Where it appears: Heron is the go-to whenever a triangle is given purely by its three sides and an area (or an inradius/circumradius) is wanted — extremely common on AMC/AIME. The factored form makes Heronian triangles (integer sides AND integer area, like $13,14,15$) a recurring theme.
Pitfall: Heron's formula silently assumes the three lengths actually FORM a triangle.

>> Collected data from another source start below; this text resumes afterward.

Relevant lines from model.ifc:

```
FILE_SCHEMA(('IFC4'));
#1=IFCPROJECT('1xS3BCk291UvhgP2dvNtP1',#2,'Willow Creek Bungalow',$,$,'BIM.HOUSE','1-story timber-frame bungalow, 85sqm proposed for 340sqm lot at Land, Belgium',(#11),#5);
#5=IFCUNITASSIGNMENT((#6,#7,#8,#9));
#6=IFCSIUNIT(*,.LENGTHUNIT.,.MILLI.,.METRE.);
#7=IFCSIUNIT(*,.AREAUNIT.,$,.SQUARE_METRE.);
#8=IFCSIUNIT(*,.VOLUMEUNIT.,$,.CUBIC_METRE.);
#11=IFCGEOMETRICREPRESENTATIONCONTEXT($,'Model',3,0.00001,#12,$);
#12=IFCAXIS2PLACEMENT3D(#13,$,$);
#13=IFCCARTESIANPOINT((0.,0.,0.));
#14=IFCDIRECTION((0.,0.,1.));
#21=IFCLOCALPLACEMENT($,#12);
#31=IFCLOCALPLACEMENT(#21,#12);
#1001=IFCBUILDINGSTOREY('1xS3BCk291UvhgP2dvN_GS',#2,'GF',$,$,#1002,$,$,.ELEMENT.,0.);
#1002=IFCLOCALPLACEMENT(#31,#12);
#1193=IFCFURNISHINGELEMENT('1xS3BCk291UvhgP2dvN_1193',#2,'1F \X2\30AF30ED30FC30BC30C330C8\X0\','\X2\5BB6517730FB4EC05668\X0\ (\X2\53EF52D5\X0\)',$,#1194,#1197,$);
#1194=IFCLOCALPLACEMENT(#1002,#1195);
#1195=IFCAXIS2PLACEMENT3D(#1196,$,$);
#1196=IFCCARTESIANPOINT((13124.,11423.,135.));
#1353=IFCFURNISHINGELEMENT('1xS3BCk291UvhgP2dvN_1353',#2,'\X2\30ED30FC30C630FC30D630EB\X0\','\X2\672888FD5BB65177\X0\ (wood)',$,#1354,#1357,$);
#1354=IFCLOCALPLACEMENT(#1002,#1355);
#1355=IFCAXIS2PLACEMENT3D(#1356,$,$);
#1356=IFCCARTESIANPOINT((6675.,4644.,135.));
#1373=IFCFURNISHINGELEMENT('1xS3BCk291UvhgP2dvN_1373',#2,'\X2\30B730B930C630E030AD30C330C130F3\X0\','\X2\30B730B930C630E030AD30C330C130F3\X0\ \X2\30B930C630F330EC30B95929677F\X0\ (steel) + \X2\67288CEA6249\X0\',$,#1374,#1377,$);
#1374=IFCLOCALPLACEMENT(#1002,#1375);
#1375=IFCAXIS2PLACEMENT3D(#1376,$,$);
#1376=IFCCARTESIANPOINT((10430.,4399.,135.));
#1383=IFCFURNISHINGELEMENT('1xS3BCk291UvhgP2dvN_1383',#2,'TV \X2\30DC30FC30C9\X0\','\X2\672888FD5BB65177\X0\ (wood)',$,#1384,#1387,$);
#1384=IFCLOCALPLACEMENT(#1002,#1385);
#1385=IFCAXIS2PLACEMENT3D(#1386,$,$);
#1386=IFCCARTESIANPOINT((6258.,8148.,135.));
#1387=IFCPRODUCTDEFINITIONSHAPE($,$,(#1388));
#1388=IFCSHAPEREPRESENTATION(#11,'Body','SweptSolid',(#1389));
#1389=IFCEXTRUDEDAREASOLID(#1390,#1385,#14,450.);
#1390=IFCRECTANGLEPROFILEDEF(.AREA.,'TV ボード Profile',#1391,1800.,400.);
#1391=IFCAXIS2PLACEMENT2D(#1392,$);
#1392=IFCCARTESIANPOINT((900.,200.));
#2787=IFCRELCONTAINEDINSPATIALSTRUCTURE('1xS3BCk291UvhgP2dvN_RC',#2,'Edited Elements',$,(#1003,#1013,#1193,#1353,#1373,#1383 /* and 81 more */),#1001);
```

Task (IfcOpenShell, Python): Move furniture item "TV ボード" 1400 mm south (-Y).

```python
import ifcopenshell
import ifcopenshell.api.geometry
import ifcopenshell.util.placement

model = ifcopenshell.open("model.ifc")

item = model.by_guid("1xS3BCk291UvhgP2dvN_1383")
matrix = ifcopenshell.util.placement.get_local_placement(item.ObjectPlacement)
matrix[1, 3] -= 1400.0
ifcopenshell.api.geometry.edit_object_placement(model, product=item, matrix=matrix, is_si=False)

print(ifcopenshell.util.placement.get_local_placement(item.ObjectPlacement).round(3) + 0.0)

model.write("model_updated.ifc")
```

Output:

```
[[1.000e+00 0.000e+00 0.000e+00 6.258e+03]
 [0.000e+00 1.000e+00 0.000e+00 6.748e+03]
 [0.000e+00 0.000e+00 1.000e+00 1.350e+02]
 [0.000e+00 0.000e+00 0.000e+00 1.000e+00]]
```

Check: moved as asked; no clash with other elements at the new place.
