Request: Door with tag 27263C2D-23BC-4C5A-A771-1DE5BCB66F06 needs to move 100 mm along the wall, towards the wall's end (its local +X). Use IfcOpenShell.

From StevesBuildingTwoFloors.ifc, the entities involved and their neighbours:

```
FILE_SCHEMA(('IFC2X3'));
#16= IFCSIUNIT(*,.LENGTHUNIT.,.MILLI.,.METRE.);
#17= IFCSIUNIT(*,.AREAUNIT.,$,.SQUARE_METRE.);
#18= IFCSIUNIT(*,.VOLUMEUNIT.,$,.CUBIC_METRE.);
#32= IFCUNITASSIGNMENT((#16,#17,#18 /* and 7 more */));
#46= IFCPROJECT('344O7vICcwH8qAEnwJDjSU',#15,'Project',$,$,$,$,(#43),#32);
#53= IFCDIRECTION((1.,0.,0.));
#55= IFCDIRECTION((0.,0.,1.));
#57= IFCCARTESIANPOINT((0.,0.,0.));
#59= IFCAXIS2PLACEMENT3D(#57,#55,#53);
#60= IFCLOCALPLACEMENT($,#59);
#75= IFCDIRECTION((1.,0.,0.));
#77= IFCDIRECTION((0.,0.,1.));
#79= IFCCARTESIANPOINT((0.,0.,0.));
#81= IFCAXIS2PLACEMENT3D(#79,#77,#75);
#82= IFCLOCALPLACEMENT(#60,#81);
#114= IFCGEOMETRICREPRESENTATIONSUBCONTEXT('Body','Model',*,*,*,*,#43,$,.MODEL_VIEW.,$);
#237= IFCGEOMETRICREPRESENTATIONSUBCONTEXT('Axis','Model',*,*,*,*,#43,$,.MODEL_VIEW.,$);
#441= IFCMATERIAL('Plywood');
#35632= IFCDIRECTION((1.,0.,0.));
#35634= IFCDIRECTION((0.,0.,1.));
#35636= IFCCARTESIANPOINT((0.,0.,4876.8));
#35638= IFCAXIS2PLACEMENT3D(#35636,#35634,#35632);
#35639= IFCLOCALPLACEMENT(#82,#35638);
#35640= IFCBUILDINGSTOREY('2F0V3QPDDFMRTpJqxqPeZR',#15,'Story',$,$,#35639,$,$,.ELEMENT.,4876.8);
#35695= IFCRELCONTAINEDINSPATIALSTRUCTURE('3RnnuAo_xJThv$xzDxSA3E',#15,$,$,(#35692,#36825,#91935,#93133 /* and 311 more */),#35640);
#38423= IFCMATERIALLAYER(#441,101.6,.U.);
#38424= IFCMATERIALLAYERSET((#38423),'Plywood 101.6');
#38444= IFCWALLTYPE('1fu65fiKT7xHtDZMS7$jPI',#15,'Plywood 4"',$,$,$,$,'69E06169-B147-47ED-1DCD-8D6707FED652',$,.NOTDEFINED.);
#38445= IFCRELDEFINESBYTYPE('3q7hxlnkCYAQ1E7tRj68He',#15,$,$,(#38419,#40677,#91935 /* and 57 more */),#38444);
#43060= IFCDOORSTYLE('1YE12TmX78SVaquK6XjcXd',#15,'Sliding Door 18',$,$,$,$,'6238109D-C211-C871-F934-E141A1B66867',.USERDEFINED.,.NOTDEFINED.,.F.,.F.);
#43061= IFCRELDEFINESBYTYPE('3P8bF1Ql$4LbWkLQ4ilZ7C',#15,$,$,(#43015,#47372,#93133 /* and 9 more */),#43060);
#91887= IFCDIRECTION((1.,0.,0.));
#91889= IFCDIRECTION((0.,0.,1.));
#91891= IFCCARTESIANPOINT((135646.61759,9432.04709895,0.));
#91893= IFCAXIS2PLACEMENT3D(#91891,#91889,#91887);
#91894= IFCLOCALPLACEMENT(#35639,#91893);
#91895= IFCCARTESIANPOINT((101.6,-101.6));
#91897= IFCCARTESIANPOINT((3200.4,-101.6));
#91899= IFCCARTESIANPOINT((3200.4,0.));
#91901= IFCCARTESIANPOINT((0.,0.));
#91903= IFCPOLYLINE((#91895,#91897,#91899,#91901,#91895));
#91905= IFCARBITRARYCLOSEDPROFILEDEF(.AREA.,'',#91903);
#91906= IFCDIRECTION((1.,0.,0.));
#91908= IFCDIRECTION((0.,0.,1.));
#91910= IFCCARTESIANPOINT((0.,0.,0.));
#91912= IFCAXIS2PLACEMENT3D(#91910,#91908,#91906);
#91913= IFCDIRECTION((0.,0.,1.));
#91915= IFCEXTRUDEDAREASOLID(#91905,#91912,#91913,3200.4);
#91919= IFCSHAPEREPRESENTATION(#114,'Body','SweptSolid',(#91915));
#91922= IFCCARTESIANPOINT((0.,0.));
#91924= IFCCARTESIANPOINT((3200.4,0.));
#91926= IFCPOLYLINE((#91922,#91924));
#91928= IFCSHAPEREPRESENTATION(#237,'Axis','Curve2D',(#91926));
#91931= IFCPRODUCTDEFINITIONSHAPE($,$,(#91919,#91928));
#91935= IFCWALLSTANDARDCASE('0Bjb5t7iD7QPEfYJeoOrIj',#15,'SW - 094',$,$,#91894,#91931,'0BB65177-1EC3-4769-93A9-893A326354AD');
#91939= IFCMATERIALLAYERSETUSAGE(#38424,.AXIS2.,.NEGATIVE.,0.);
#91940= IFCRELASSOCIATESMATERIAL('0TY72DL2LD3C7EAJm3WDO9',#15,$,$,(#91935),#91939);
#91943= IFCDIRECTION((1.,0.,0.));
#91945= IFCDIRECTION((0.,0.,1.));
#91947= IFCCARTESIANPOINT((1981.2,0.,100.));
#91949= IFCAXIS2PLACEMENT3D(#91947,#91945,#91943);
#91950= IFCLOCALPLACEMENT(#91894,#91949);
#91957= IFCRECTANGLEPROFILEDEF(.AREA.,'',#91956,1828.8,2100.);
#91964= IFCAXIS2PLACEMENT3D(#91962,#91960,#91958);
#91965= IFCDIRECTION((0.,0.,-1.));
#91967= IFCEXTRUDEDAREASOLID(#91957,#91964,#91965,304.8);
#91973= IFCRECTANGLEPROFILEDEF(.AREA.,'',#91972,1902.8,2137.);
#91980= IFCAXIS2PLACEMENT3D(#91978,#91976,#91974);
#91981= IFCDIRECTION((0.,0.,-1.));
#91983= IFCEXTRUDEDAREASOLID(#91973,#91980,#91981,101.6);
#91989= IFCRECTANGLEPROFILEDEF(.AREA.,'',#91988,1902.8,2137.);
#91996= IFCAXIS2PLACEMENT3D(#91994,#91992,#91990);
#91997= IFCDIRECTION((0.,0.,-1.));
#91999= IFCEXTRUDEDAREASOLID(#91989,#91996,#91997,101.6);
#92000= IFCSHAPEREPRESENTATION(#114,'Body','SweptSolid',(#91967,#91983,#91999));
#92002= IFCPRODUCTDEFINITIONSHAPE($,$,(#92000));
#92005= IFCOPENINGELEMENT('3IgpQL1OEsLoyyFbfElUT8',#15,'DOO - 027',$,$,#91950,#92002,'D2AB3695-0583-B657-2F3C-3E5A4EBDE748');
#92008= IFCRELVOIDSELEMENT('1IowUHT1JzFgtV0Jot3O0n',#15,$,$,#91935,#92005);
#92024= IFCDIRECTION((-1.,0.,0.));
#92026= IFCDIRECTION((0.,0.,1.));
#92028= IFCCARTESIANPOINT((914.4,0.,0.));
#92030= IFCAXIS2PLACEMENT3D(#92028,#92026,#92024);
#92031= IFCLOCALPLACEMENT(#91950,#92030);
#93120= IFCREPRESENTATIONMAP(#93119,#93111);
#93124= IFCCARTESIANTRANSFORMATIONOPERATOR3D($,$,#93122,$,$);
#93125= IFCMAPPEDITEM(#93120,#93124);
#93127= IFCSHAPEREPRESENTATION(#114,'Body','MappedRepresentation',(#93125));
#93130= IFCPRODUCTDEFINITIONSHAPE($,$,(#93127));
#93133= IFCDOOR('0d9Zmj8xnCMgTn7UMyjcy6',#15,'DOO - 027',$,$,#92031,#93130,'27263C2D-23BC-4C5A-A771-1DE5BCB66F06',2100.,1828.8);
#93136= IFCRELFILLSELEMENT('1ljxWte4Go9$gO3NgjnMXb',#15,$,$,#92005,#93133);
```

```python
import ifcopenshell
import ifcopenshell.api.geometry
import ifcopenshell.util.placement

model = ifcopenshell.open("StevesBuildingTwoFloors.ifc")

door = model.by_guid("0d9Zmj8xnCMgTn7UMyjcy6")
opening = door.FillsVoids[0].RelatingOpeningElement
wall = opening.VoidsElements[0].RelatingBuildingElement

wall_matrix = ifcopenshell.util.placement.get_local_placement(wall.ObjectPlacement)
shift = wall_matrix[:3, 0] * 100.0
before = ifcopenshell.util.placement.get_local_placement(door.ObjectPlacement)[:3, 3].copy()

# The door is placed relative to its opening, so it follows when the opening moves.
matrix = ifcopenshell.util.placement.get_local_placement(opening.ObjectPlacement)
matrix[:3, 3] += shift
ifcopenshell.api.geometry.edit_object_placement(
    model, product=opening, matrix=matrix, is_si=False, should_transform_children=True
)

after = ifcopenshell.util.placement.get_local_placement(door.ObjectPlacement)[:3, 3]
print("door moved by", (after - before).round(3) + 0.0)

model.write("StevesBuildingTwoFloors_edited.ifc")
```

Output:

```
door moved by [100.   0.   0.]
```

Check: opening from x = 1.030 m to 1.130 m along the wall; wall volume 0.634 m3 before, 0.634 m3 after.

If the triangle inequality fails, some factor $s - a$ goes negative and the product under the root is negative — a meaningless 'imaginary area' rather than an error message. Always confirm $a + b > c$ for the longest side $c$ before trusting the output.

Spot the Signal

Use it when all three sides are known but no height is given.
You can describe the hard part as finding a triangle's area from its three side lengths, but a direct attack starts producing clutter.
The problem rewards preserving structure instead of expanding, listing, or guessing too early.

Learn the Move

Start by computing the semiperimeter $s$ and then $\sqrt{s(s-a)(s-b)(s-c)}$.
Name the relation that makes Heron's Formula legal before doing computation.
Use the new relation to replace the messiest part of the problem with a cleaner one.
Translate the result back to the quantity the problem actually asks for.

Avoid These Traps

Forgetting to halve the perimeter, or arithmetic slips under the square root.
Applying Heron's Formula because it sounds relevant, without checking the trigger first.
Stopping after spotting the technique instead of finishing the calculation or proof.

MathGrit Coach Note

Three sides are enough — the semiperimeter unlocks the area.

Try it on:

Find a triangle's area from its three sides in a contest problem.